Sotto forma di parodia documentaristico-storica sulle origini della stregoneria, intesa come devozione a Satana, inconscia o consapevole, Christensen (toh, il caso!) realizza un attacco di un'ora e mezza diretto verso tutta l'ignoranza e la miopia che hanno afflitto gli uomini nell'arco di tutti i secoli. Si parte dalle buffe rappresentazioni del Maligno e del suo regno, dalle folli interpretazioni dei segni, sino alle subdole recenti giustificazioni, per arrivare alle più moderne e ancora più ingiustificabili cacce alle streghe. Insomma, più che della stregoneria, che può essere narrata con più di un sorriso accondiscendente, la pellicola, nemmeno tanto velatamente, si scaglia contro ogni infame pregiudizio verso il minimamente diverso da noi, questo sì esecrabile con la ferocia più seria (in primis quell'indelebile meravigliosa pagina cristiana che ha per titolo "L'Inquisizione" e sottotitolo "e poi mi parli di una vita insieme"...); arrivando anche a criticare quella nuova oscura scienza che, alla fine del XIX° secolo, scosse irrimediabilmente l'umanità: psicanalisi.
E il regista lo fa con coraggio, affidandosi alle frequenti ed esplicite didascalie e ad una sperimentazione d'immagine che lasci il segno nello spettatore.
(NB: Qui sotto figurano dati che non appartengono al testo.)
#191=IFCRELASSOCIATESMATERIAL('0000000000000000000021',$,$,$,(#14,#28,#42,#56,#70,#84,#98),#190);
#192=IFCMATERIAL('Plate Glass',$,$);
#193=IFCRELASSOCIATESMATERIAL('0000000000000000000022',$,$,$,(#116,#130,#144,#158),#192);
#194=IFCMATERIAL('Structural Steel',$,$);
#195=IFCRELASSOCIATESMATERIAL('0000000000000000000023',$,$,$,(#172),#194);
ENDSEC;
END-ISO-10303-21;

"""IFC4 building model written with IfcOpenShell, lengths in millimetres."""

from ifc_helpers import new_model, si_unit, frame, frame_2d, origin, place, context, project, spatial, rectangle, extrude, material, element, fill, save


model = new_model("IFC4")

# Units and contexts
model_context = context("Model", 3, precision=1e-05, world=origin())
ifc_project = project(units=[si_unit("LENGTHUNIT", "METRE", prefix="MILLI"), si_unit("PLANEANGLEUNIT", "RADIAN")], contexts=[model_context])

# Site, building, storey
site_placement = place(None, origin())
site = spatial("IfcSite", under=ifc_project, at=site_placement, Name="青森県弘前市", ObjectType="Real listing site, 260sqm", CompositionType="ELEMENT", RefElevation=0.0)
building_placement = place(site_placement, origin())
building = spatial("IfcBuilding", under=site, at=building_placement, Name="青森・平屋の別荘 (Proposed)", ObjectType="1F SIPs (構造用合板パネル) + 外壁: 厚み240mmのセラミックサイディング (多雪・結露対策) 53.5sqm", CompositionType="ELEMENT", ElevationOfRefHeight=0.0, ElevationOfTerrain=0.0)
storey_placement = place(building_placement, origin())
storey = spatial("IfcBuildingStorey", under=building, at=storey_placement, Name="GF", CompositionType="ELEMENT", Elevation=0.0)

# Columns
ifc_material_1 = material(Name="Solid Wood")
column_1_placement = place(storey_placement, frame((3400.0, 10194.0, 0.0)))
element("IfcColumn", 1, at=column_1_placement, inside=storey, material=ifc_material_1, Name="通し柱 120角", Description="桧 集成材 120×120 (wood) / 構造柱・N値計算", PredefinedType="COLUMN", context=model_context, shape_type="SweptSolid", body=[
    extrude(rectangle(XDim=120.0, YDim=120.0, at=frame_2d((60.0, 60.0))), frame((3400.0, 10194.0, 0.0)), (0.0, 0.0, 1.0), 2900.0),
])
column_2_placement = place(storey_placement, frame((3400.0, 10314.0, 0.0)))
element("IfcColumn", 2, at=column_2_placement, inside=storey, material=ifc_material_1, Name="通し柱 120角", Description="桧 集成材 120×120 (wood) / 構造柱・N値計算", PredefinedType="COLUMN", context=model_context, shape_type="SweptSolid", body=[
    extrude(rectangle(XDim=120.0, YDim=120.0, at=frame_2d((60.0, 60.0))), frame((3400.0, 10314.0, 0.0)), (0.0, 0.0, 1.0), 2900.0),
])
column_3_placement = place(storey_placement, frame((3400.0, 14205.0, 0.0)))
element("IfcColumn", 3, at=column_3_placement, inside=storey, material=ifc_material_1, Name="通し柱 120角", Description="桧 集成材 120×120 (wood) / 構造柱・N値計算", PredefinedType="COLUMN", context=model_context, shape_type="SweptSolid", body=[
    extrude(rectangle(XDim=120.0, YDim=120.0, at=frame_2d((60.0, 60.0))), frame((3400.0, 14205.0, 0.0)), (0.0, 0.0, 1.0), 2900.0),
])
Quindi, saranno visibili inquietanti scene di arti umani gettati qui e là, creature demoniache e orribili torture atte a mostrare la bruttura di pericoloso gioco-pregiudizio che sfocia nella mortale persecuzione; ci saranno corpi nudi e sguardi e rincorse a ricordare quale impulso abbia avuto il sesso in tutte le sfere, soprattutto quelle religiose (il monaco anziano vuole la precedenza su quelli giovani...); ma anche alcune sequenze che cercano un coinvogimento nuovo: didascalie che riferiscono il pubblico in sala ("di sicuro in sala ci sarà qualcuno più folle"...), dichiarazioni "fuori onda" degli interpreti (la vecchia messa sotto torchio perché confessi; questa, tra l'altro, è l'inquadratura più potente del film, con quelle rughe, quelle espressioni, quegli occhi che salgono in direzione del dolore; bianco e nero e luce e ombra indimenticabili); e tante altre sperimentazioni: scenografiche, di montaggio, di filtraggio, etc.
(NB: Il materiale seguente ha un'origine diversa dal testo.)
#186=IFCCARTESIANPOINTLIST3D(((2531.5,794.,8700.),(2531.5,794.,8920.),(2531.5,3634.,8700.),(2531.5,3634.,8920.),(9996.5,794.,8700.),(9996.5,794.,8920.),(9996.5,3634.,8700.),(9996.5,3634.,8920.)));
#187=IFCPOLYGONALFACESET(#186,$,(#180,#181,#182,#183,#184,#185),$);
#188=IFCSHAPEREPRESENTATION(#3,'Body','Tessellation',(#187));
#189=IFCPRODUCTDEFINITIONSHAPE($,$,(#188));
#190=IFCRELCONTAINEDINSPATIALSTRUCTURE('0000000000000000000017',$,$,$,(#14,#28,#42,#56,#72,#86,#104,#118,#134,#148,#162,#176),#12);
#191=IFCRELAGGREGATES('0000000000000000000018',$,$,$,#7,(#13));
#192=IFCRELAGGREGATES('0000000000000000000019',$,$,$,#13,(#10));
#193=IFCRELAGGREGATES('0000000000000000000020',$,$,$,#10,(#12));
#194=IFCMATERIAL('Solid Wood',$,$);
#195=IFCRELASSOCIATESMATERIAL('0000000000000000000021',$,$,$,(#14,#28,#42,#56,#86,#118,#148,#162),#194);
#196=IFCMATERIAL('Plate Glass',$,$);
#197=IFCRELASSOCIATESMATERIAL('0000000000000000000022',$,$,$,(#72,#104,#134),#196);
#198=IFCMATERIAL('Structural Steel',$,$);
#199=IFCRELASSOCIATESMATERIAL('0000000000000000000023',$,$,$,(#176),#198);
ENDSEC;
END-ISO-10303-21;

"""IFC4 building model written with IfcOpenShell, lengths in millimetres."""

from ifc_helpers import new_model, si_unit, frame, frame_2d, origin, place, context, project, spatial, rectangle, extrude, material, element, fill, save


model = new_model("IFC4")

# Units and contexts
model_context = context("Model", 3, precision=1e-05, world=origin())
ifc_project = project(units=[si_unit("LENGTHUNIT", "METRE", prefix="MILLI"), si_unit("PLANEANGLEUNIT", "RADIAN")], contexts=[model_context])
Sullo sfondo di tutto ciò, espressionismo, simbolismo e realismo remixati alla grande, D.J. lo stesso regista, sotto le vesti dell'inquietante e irrequieto Satana, che spunterà nei momenti meno (o più...) opportuni, ad attrarre a sé ingenue vittime, sostenere fedeli adepti, muovere le fila insomma di queste nostre luride menti. Smorfia-sorriso sempre stampata sul volto infernale.
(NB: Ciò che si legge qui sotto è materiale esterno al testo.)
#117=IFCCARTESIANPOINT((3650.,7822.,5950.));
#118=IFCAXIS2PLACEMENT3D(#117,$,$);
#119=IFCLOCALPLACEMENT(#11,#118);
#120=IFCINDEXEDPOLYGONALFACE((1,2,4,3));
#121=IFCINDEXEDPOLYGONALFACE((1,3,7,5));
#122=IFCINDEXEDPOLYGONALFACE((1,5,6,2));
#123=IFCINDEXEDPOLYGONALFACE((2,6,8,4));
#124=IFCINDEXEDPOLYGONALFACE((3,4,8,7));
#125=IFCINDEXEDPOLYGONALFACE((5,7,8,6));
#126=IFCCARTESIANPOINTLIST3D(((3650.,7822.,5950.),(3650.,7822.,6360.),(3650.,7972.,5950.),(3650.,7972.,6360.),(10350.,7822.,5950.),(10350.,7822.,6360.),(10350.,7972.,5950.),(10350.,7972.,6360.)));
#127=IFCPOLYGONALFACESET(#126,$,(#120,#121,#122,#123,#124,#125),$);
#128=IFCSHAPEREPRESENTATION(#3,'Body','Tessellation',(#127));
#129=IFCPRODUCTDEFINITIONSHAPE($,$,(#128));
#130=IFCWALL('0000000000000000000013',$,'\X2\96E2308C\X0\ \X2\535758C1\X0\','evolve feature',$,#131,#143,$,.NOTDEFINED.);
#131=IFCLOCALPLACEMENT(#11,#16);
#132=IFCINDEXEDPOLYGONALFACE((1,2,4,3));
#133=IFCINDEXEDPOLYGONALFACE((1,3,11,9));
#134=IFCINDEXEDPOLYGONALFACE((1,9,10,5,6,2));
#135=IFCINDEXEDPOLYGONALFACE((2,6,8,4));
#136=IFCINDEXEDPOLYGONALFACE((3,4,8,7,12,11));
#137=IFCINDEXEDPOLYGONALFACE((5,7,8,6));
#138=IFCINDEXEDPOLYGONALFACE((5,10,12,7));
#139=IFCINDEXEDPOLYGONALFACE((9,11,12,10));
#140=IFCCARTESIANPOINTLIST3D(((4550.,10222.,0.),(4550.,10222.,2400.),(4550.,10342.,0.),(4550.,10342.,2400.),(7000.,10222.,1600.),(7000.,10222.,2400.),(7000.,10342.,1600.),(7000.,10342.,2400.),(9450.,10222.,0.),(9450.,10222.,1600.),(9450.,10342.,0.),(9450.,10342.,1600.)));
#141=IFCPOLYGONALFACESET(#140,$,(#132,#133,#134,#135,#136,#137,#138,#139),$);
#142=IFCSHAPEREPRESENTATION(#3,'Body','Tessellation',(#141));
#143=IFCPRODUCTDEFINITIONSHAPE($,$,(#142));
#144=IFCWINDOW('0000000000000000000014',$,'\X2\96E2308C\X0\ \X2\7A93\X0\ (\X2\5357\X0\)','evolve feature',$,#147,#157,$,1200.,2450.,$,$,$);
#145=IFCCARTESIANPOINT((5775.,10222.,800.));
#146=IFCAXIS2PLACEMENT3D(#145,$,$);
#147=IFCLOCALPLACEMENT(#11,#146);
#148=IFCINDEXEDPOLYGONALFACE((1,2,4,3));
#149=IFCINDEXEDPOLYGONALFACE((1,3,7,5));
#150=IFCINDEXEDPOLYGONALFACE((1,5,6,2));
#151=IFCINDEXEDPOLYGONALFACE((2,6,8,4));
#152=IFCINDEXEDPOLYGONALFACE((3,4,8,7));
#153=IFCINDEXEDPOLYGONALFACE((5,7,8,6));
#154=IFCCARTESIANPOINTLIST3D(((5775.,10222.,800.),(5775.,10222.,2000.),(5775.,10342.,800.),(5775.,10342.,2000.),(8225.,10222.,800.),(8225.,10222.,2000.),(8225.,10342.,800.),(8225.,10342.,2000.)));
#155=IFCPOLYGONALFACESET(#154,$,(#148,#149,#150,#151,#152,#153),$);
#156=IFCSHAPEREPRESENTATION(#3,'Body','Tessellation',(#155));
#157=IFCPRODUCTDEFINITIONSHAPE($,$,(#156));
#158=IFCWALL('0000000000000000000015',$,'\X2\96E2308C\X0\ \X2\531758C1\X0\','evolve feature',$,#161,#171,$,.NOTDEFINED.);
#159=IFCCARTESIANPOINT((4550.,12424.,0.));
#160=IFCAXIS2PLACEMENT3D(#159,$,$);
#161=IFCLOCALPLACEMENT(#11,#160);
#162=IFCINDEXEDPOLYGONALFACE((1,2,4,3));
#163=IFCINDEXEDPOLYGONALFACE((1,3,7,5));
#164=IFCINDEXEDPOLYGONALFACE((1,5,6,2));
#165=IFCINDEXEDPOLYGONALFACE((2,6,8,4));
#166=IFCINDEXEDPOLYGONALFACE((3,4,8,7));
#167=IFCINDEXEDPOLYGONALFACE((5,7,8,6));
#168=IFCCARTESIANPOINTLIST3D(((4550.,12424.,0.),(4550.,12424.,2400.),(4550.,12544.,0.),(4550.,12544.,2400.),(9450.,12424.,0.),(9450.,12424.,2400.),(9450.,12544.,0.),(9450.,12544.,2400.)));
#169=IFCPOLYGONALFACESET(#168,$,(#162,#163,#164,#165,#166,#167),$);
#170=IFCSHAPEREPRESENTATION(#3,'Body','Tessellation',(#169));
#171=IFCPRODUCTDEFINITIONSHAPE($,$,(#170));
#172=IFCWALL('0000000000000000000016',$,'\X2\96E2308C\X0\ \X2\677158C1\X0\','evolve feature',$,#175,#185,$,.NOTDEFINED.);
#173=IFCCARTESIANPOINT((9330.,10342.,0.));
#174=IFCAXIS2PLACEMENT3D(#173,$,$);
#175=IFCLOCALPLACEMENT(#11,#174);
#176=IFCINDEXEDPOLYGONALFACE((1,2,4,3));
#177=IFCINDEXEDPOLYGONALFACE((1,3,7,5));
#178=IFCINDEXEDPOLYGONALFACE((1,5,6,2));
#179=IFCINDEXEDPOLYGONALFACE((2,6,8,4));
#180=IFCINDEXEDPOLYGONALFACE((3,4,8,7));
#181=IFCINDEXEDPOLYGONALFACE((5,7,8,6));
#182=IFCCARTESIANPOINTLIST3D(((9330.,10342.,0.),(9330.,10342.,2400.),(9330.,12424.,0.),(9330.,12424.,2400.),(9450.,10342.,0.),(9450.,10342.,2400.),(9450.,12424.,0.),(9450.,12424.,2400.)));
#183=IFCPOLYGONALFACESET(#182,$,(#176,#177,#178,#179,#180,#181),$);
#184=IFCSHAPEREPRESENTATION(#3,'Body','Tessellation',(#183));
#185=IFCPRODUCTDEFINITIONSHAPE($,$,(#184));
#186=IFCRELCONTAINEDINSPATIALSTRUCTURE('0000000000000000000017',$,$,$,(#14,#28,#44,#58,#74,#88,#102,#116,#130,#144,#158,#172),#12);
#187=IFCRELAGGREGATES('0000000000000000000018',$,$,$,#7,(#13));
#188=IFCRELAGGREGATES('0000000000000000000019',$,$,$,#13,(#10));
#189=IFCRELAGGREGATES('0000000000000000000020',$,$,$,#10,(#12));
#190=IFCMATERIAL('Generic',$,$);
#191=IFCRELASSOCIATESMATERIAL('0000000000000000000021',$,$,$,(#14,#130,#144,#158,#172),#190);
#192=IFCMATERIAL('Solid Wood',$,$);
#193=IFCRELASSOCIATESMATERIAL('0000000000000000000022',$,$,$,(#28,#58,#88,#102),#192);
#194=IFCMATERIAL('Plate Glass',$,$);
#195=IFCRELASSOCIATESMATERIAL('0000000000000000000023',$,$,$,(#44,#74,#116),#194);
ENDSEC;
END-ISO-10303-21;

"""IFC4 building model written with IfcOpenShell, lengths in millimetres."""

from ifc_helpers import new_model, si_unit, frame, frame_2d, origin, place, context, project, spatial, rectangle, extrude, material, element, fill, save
Bisognerebbe conoscere molto bene il background del muto dei primi anni '20, per esprimere un giudizio pienamente consapevole. Quanto di nuovo, quanto in saldo? Di primo impatto, però, questa pellicola pare giustificare il ruolo che le viene assegnato: coraggiosa, dissacrante, intelligente, divertente, acuta, innovativa...La consiglio.